Artificial intelligence (AI) has become a central driver of economic transformation and global competition, according to the Organisation for Economic Co-operation and Development (OECD) in its “Science, Technology and Innovation Outlook 2025: Driving Change in a Shifting Landscape.” The report, approved in September 2025, underscores that governments must overhaul science and innovation policies to manage both the opportunities and disruptions posed by rapid AI advances.
The OECD warns that emerging technologies — particularly AI, biotechnology, and quantum computing — are converging in ways that will reshape innovation systems and economic power structures. Artificial intelligence is no longer just an enabling tool but a catalyst for cross-sectoral innovation, from synthetic biology and neurotechnology to earth observation and materials science. The report calls for “granular, mission-oriented” policymaking to ensure these advances deliver equitable benefits and align with broader sustainability and security goals.

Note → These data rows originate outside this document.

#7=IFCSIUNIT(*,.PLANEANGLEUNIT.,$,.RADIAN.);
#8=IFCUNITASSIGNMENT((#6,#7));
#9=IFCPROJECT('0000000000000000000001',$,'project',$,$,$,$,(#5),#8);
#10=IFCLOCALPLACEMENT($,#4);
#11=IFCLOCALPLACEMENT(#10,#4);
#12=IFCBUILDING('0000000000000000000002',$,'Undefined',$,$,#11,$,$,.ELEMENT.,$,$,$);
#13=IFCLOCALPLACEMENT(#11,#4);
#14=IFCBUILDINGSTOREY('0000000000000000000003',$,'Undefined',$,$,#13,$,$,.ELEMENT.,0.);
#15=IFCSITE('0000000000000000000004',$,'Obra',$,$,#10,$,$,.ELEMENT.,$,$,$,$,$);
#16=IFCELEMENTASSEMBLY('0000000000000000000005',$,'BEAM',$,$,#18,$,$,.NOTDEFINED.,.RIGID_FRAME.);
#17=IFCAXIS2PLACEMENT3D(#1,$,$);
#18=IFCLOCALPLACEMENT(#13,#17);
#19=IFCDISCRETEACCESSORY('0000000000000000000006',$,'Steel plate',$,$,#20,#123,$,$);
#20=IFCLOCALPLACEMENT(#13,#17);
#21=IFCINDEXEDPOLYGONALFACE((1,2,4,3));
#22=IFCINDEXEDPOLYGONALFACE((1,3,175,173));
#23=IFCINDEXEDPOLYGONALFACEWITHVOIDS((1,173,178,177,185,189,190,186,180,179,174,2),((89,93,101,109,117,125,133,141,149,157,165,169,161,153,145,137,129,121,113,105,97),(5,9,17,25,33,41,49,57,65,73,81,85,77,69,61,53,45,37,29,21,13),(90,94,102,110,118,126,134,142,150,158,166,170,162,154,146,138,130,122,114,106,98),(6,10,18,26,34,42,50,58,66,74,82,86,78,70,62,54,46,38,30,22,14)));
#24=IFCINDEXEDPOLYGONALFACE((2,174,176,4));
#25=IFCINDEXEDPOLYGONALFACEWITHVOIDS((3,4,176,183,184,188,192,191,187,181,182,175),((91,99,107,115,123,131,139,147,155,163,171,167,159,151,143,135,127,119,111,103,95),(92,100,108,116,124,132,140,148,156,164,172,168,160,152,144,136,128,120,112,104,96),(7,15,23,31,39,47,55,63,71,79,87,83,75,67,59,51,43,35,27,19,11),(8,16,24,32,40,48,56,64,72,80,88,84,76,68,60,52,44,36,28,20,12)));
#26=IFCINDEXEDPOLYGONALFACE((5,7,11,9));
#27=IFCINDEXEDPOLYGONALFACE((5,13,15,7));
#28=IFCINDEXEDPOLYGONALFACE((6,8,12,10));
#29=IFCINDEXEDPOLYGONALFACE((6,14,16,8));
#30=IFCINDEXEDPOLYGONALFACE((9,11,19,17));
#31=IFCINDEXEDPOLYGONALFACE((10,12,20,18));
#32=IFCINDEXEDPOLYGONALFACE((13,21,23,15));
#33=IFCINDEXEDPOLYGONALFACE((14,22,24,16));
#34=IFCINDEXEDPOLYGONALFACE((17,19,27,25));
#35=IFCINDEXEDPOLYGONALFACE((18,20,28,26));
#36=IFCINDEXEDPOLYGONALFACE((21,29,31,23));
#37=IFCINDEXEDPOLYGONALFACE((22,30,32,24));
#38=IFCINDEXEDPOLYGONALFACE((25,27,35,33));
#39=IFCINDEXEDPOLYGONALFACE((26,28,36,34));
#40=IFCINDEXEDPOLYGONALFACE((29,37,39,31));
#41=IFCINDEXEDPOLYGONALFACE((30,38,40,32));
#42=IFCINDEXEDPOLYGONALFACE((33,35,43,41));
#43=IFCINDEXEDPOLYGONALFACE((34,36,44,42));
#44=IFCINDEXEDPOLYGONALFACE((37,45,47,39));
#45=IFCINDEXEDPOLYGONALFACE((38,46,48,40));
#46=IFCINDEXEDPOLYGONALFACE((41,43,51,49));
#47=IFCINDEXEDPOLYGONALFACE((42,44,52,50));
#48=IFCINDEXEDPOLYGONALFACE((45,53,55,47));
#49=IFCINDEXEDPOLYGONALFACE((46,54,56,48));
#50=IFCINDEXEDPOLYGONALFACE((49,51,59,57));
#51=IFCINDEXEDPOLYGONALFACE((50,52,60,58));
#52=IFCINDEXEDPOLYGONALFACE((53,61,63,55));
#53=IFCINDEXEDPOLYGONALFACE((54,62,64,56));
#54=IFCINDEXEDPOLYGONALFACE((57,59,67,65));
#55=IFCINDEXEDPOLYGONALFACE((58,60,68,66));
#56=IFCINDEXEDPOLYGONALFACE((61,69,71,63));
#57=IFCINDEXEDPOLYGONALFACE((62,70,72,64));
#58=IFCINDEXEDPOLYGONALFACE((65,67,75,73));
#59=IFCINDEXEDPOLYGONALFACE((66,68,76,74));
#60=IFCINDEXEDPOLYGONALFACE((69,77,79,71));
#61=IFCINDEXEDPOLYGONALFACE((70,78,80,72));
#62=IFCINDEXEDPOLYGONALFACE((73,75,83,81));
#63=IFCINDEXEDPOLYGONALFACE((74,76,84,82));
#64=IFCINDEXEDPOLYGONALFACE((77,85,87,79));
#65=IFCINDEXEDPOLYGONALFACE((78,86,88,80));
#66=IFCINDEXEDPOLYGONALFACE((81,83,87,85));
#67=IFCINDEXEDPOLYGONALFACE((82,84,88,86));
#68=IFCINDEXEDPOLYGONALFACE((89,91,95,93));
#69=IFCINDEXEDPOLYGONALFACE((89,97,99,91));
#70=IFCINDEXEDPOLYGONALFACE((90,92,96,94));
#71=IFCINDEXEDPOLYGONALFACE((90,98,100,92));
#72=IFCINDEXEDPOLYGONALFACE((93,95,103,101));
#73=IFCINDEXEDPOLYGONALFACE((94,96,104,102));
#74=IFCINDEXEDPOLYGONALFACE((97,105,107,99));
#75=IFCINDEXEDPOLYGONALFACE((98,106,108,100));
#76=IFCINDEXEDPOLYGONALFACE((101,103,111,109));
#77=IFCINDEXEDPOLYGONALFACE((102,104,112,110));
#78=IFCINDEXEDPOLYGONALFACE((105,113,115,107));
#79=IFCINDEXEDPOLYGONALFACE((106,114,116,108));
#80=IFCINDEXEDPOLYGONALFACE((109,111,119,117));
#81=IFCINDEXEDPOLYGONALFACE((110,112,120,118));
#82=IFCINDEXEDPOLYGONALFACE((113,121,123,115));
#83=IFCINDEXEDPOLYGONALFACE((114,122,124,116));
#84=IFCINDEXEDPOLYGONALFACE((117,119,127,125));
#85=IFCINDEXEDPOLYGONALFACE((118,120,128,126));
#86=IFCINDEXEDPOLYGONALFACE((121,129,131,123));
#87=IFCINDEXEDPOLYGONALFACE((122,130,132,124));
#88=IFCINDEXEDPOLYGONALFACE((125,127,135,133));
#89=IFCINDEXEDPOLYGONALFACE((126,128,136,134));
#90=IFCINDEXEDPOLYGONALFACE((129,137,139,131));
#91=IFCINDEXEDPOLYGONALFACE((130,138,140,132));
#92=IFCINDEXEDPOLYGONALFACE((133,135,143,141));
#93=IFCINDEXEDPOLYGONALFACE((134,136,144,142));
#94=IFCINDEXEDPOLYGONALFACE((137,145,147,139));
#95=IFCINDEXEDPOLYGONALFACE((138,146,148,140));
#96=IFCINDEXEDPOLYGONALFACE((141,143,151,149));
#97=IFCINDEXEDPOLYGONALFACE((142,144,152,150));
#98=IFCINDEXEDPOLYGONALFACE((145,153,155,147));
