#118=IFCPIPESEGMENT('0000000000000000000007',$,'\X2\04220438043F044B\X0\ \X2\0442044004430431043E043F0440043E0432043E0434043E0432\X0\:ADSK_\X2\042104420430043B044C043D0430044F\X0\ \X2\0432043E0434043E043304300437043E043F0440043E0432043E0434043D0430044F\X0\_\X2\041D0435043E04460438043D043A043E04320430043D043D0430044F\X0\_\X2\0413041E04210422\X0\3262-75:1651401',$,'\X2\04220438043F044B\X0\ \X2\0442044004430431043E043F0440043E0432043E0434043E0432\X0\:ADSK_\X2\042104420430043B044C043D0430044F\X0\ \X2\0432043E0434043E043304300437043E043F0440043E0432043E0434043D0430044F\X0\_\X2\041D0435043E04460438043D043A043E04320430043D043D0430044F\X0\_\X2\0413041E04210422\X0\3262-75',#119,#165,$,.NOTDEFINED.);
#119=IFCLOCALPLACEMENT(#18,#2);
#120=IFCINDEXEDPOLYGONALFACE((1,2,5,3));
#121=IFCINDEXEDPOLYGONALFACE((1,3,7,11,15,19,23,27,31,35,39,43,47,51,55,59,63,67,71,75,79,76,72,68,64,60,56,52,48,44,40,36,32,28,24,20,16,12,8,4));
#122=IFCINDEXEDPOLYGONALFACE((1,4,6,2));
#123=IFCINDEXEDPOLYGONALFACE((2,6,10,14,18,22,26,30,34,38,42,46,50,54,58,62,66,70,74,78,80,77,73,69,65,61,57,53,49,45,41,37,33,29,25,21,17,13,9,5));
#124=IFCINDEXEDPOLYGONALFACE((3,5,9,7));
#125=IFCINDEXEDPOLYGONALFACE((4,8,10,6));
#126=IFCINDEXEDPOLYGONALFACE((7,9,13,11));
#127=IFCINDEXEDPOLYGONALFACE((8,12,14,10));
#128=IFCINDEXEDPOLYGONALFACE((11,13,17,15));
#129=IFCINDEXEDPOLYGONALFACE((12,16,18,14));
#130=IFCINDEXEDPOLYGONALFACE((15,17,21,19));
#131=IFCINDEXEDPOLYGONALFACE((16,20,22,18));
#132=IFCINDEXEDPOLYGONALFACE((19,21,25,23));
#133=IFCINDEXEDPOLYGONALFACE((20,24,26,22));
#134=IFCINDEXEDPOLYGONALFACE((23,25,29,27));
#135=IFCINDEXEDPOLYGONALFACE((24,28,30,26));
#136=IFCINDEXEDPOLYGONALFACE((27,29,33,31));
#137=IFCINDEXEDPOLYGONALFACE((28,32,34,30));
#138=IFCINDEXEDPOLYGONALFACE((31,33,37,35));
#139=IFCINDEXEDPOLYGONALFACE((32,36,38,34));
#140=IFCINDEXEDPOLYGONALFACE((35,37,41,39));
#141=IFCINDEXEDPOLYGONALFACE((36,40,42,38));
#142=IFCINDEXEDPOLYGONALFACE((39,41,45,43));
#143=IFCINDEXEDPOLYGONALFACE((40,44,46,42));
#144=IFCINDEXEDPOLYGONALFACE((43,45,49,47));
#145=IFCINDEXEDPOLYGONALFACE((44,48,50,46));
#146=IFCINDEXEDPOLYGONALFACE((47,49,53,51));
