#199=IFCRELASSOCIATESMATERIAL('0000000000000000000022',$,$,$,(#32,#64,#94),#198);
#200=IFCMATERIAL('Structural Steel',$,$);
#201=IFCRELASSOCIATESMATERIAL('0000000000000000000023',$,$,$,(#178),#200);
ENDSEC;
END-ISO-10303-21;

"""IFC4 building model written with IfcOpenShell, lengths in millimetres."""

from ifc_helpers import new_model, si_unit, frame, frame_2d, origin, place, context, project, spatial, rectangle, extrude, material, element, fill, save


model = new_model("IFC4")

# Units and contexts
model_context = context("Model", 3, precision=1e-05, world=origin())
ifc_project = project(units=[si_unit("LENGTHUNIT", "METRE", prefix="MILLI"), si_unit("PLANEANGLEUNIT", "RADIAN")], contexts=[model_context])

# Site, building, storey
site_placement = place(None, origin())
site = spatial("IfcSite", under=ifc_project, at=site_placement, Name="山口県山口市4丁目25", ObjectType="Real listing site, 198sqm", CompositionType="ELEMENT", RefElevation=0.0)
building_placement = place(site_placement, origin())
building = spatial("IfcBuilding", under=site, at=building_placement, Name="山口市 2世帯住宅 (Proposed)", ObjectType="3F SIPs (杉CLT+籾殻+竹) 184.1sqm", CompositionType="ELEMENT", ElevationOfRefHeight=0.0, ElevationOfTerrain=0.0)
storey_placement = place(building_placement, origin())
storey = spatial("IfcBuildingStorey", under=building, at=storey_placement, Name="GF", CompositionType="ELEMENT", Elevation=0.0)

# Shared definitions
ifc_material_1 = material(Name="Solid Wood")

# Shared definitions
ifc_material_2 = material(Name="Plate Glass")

A major theme is how AI’s rapid integration into scientific and industrial ecosystems demands new governance models. The OECD notes that AI systems now accelerate molecular design, generate real-time policy data, and assist in crisis forecasting, creating both efficiency gains and governance challenges. “Artificial intelligence is enabling protein design to create molecules with novel properties,” the Outlook states, highlighting the fusion of generative AI with life sciences to support personalized medicine and mental health treatments.
However, the report cautions that this “technology convergence” requires oversight to prevent concentration of power in a few countries or firms. The OECD urges member states to invest in shared “convergence spaces” — digital and physical infrastructures for AI collaboration — and to adopt governance frameworks that safeguard transparency, accountability, and cross-border data flows. Without international coordination, it warns, AI-driven innovation risks deepening inequalities and exacerbating geopolitical divides.
The Outlook also highlights the need for governments to balance research openness with national security. As countries compete to dominate AI and other frontier technologies, the OECD observes a growing “securitisation of science.” It recommends that research security measures be “proportionate, precise, and developed in partnership with scientists,” ensuring protection of sensitive data without fragmenting global collaboration.
To keep pace with the speed of AI innovation, the OECD calls for agile policymaking, expanded foresight programs, and greater experimentation with data-driven governance models. It advocates embedding AI literacy in public institutions and using strategic intelligence tools — such as real-time data analytics and simulation models — to anticipate future shocks. Governments that can “learn and adapt as fast as AI evolves,” the report concludes, will be best positioned to steer technological change toward societal benefit.
Ultimately, the OECD’s 2025 Outlook frames artificial intelligence not as a single disruptive technology, but as the connective tissue of a new innovation era — one that will define the competitiveness, resilience, and inclusiveness of national economies in the decade ahead.